Carte_ecrivez_moiUn jour rempli de joie, je me suis mis derrière le piano et jouais une pièce pendant quatre minutes, que j’enregistrais. Je la nommais « Triomphe » opus 117.

Un après, Jean Soulet, réalisateur de film pour qui j’avais déjà composé de la musique, me dit dans un entretien : « Je parle contre moi-même, mais je te confie que dans un film la musique peut être aussi ou plus importante que l’image ». Je lui répondis : « Si tu crois cela, pourquoi tu  ne prendrais pas une pièce musicale et adapterais tes images au rythme et à la logique de la musique au lieu de faire le contraire ? »
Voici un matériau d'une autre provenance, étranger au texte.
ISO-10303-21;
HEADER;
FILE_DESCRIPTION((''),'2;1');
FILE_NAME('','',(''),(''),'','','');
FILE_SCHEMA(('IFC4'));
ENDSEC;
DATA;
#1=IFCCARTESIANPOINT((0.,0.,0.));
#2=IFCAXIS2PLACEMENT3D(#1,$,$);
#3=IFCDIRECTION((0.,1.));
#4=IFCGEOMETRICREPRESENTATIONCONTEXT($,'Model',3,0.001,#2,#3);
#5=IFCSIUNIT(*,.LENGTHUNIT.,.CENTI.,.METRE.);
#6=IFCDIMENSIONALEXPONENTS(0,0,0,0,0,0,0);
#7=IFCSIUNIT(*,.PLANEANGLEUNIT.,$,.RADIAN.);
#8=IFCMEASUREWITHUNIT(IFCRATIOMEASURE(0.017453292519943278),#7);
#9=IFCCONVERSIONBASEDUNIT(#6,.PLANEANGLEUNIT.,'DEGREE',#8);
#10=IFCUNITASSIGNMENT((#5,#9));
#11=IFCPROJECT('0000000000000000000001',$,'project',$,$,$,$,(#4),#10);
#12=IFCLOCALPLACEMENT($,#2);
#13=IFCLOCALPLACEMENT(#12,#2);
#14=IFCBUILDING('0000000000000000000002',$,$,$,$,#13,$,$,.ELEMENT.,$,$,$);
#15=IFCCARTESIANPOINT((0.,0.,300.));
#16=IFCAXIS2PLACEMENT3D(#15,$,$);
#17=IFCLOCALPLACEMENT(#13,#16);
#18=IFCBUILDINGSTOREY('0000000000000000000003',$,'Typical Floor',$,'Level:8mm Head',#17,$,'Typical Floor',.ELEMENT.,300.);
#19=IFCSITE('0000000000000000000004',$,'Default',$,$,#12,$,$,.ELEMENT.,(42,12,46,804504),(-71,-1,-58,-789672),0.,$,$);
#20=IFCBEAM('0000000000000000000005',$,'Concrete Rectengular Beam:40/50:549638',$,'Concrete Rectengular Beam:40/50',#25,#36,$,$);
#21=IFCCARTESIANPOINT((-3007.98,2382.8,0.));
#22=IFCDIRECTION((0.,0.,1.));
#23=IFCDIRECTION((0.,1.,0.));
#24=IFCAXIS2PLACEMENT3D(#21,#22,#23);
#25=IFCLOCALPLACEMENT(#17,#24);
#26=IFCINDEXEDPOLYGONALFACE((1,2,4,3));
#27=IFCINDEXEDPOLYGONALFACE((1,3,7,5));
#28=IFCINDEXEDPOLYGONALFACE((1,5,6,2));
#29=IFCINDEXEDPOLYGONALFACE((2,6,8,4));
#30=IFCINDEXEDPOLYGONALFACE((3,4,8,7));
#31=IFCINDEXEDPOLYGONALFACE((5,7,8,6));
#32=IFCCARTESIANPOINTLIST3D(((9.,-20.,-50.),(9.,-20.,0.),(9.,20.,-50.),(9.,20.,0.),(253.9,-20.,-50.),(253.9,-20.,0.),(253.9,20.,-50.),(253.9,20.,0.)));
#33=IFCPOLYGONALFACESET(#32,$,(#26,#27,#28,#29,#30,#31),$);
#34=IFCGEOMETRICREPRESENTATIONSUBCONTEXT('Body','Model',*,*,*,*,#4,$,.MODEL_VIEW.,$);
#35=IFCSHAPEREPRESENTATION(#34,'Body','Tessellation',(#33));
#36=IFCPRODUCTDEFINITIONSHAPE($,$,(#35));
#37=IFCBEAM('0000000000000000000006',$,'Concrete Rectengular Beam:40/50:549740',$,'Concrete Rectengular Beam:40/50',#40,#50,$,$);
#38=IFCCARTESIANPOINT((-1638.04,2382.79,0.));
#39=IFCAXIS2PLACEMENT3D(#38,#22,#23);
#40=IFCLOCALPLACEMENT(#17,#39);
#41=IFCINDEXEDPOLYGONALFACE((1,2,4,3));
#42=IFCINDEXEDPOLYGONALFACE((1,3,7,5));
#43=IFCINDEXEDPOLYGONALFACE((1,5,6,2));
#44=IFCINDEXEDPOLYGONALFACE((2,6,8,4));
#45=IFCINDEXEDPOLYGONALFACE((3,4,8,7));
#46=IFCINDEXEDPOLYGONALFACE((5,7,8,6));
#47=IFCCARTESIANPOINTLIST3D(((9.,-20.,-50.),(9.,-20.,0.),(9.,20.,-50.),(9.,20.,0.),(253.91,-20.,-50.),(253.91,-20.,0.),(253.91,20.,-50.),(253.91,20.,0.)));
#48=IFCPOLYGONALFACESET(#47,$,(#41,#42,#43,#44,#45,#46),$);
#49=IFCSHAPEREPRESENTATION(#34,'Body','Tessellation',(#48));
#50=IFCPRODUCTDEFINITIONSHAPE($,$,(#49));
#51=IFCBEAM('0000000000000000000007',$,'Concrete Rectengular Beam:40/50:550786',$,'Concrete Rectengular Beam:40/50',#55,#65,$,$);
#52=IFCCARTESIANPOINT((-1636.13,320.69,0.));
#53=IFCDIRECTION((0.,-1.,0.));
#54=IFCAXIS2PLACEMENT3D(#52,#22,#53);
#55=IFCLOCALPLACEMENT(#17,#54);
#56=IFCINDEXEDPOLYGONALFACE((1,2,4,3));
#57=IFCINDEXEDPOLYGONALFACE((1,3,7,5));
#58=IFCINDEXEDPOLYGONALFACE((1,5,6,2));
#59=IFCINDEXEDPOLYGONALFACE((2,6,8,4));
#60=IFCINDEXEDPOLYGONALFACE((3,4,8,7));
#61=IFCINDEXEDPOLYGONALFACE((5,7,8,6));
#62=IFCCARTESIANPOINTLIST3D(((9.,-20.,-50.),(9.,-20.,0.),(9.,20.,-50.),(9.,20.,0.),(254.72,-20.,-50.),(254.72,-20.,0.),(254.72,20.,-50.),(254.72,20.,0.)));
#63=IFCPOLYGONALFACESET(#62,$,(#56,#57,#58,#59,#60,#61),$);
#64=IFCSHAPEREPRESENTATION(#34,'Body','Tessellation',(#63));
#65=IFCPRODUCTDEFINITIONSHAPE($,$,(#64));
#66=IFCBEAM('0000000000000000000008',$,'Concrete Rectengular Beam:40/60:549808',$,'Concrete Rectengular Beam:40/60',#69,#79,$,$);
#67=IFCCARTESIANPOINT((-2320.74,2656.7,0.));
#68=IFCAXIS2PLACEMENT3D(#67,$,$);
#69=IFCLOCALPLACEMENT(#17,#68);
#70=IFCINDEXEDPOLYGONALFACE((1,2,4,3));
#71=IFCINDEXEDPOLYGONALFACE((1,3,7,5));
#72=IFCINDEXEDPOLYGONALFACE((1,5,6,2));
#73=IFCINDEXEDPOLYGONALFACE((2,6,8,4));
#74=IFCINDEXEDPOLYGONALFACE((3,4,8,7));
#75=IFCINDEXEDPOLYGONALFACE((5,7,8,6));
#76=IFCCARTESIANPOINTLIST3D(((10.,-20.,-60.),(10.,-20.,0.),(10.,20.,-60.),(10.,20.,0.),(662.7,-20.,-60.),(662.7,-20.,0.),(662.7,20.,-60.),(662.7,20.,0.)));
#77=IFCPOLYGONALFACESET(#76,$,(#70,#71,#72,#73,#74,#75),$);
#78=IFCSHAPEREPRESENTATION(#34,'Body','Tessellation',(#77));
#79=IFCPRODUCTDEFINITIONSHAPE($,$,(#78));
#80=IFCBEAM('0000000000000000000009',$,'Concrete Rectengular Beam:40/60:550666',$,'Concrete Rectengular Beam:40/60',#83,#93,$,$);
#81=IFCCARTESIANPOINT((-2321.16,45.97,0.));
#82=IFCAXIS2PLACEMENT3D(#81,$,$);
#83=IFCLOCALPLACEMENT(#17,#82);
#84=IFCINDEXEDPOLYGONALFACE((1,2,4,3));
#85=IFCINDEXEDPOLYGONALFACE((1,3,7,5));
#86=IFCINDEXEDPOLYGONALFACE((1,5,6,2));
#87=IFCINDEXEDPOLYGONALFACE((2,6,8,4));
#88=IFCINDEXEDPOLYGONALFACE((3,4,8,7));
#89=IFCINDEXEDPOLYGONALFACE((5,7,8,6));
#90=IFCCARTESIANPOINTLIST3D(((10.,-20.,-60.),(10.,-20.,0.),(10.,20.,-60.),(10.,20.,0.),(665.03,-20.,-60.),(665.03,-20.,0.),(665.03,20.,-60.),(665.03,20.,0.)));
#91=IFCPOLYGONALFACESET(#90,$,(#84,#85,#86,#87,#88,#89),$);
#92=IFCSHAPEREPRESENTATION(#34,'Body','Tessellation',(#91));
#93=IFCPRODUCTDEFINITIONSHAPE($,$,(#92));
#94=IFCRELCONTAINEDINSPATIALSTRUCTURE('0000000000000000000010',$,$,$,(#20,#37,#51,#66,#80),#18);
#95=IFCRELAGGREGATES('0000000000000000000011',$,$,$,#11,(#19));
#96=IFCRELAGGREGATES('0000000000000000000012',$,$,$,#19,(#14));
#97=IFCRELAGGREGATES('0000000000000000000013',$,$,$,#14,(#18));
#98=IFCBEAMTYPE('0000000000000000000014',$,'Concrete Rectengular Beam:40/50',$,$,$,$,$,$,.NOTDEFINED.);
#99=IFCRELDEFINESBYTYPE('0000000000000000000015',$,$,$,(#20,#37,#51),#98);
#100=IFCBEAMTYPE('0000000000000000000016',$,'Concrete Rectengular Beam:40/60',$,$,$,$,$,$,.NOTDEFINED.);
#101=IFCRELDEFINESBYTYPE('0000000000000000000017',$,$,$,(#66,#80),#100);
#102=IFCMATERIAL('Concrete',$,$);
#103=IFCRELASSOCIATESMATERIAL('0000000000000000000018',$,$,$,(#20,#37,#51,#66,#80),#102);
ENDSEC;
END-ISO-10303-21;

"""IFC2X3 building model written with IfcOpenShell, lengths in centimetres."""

from ifc_helpers import new_model, entity, si_unit, converted_unit, direction, frame, frame_2d, origin, origin_2d_with_axis, place, context, subcontext, project, spatial, rectangle, extrude, material, type_object, element, save


model = new_model("IFC2X3")

# Units and contexts
model_context = context("Model", 3, precision=0.001, world=origin(), true_north=direction((0.0, 1.0)))
body_context = subcontext(model_context, "Body", "Model", "MODEL_VIEW")
ifc_project = project(units=[si_unit("LENGTHUNIT", "METRE", prefix="CENTI"), converted_unit("PLANEANGLEUNIT", "DEGREE", entity("IfcRatioMeasure", 0.017453292519943278), si_unit("PLANEANGLEUNIT", "RADIAN"), dimensions=[0, 0, 0, 0, 0, 0, 0])], contexts=[model_context])

# Site, building, storey
site_placement = place(None, origin())
site = spatial("IfcSite", under=ifc_project, at=site_placement, Name="Default", CompositionType="ELEMENT", RefLatitude=(42, 12, 46, 804504), RefLongitude=(-71, -1, -58, -789672), RefElevation=0.0)
building_placement = place(site_placement, origin())
building = spatial("IfcBuilding", under=site, at=building_placement, CompositionType="ELEMENT")
storey_placement = place(building_placement, frame((0.0, 0.0, 300.0)))
storey = spatial("IfcBuildingStorey", under=building, at=storey_placement, Name="Typical Floor", ObjectType="Level:8mm Head", LongName="Typical Floor", CompositionType="ELEMENT", Elevation=300.0)

# Beams
ifc_material = material(Name="Concrete")
beam_type_1 = type_object("IfcBeamType", Name="Concrete Rectengular Beam:40/50", PredefinedType="NOTDEFINED")
beam_1_placement = place(storey_placement, frame((-3007.98, 2382.8, 0.0), z_axis=(0.0, 0.0, 1.0), x_axis=(0.0, 1.0, 0.0)))
element("IfcBeam", 1, at=beam_1_placement, inside=storey, type_object=beam_type_1, material=ifc_material, Name="Concrete Rectengular Beam:40/50:549638", ObjectType="Concrete Rectengular Beam:40/50", context=body_context, shape_type="SweptSolid", body=[
    extrude(rectangle(XDim=50.0, YDim=40.0, at=frame_2d((0.0, 0.0), x_axis=(1.0, 0.0))), frame((9.0, 0.0, -25.0), z_axis=(1.0, 0.0, 0.0), x_axis=(0.0, 0.0, -1.0)), (0.0, 0.0, 1.0), 244.9),
])
beam_2_placement = place(storey_placement, frame((-1638.04, 2382.79, 0.0), z_axis=(0.0, 0.0, 1.0), x_axis=(0.0, 1.0, 0.0)))
element("IfcBeam", 2, at=beam_2_placement, inside=storey, type_object=beam_type_1, material=ifc_material, Name="Concrete Rectengular Beam:40/50:549740", ObjectType="Concrete Rectengular Beam:40/50", context=body_context, shape_type="SweptSolid", body=[
    extrude(rectangle(XDim=50.0, YDim=40.0, at=origin_2d_with_axis()), frame((9.0, 0.0, -25.0), z_axis=(1.0, 0.0, 0.0), x_axis=(0.0, 0.0, -1.0)), (0.0, 0.0, 1.0), 244.91),
])
beam_3_placement = place(storey_placement, frame((-1636.13, 320.69, 0.0), z_axis=(0.0, 0.0, 1.0), x_axis=(0.0, -1.0, 0.0)))
element("IfcBeam", 3, at=beam_3_placement, inside=storey, type_object=beam_type_1, material=ifc_material, Name="Concrete Rectengular Beam:40/50:550786", ObjectType="Concrete Rectengular Beam:40/50", context=body_context, shape_type="SweptSolid", body=[
    extrude(rectangle(XDim=50.0, YDim=40.0, at=frame_2d((0.0, 0.0), x_axis=(1.0, 0.0))), frame((9.0, 0.0, -25.0), z_axis=(1.0, 0.0, 0.0), x_axis=(0.0, 0.0, -1.0)), (0.0, 0.0, 1.0), 245.72),
])
beam_type_2 = type_object("IfcBeamType", Name="Concrete Rectengular Beam:40/60", PredefinedType="NOTDEFINED")
beam_4_placement = place(storey_placement, frame((-2320.74, 2656.7, 0.0)))
element("IfcBeam", 4, at=beam_4_placement, inside=storey, type_object=beam_type_2, material=ifc_material, Name="Concrete Rectengular Beam:40/60:549808", ObjectType="Concrete Rectengular Beam:40/60", context=body_context, shape_type="SweptSolid", body=[
    extrude(rectangle(XDim=60.0, YDim=40.0, at=frame_2d((0.0, 0.0), x_axis=(1.0, 0.0))), frame((10.0, 0.0, -30.0), z_axis=(1.0, 0.0, 0.0), x_axis=(0.0, 0.0, -1.0)), (0.0, 0.0, 1.0), 652.7),
])
beam_5_placement = place(storey_placement, frame((-2321.16, 45.97, 0.0)))
element("IfcBeam", 5, at=beam_5_placement, inside=storey, type_object=beam_type_2, material=ifc_material, Name="Concrete Rectengular Beam:40/60:550666", ObjectType="Concrete Rectengular Beam:40/60", context=body_context, shape_type="SweptSolid", body=[
    extrude(rectangle(XDim=60.0, YDim=40.0, at=frame_2d((0.0, 0.0), x_axis=(1.0, 0.0))), frame((10.0, 0.0, -30.0), z_axis=(1.0, 0.0, 0.0), x_axis=(0.0, 0.0, -1.0)), (0.0, 0.0, 1.0), 655.03),
])

save(model, "model.ifc")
Quelques temps plus tard, après avoir écouté l’opus 117, Jean Soulet me demande d’utiliser cette musique « pour me faire une surprise ! » Ainsi « Ecrivez-moi… » a vu le jour.
Ecoutez « Triomphe » opus 117:

Quant à la relation images et musique, je trouve que l’image et la musique se marient parfaitement dans leur aspect nostalgique mais se contredisent dans l’émotion : La joie de la musique et le sentiment triste de l’éloignement, de l’amour passé, évoqué par les images des vieilles cartes postales.
Je crois que Jean Soulet a fait une chose excellente, parce qu’il évoque par cette contradiction une tension qui fait de « Ecrivez-moi… » un petit chef d’œuvre bouleversant où la musique et l’image par leur complémentarité se renforcent réciproquement.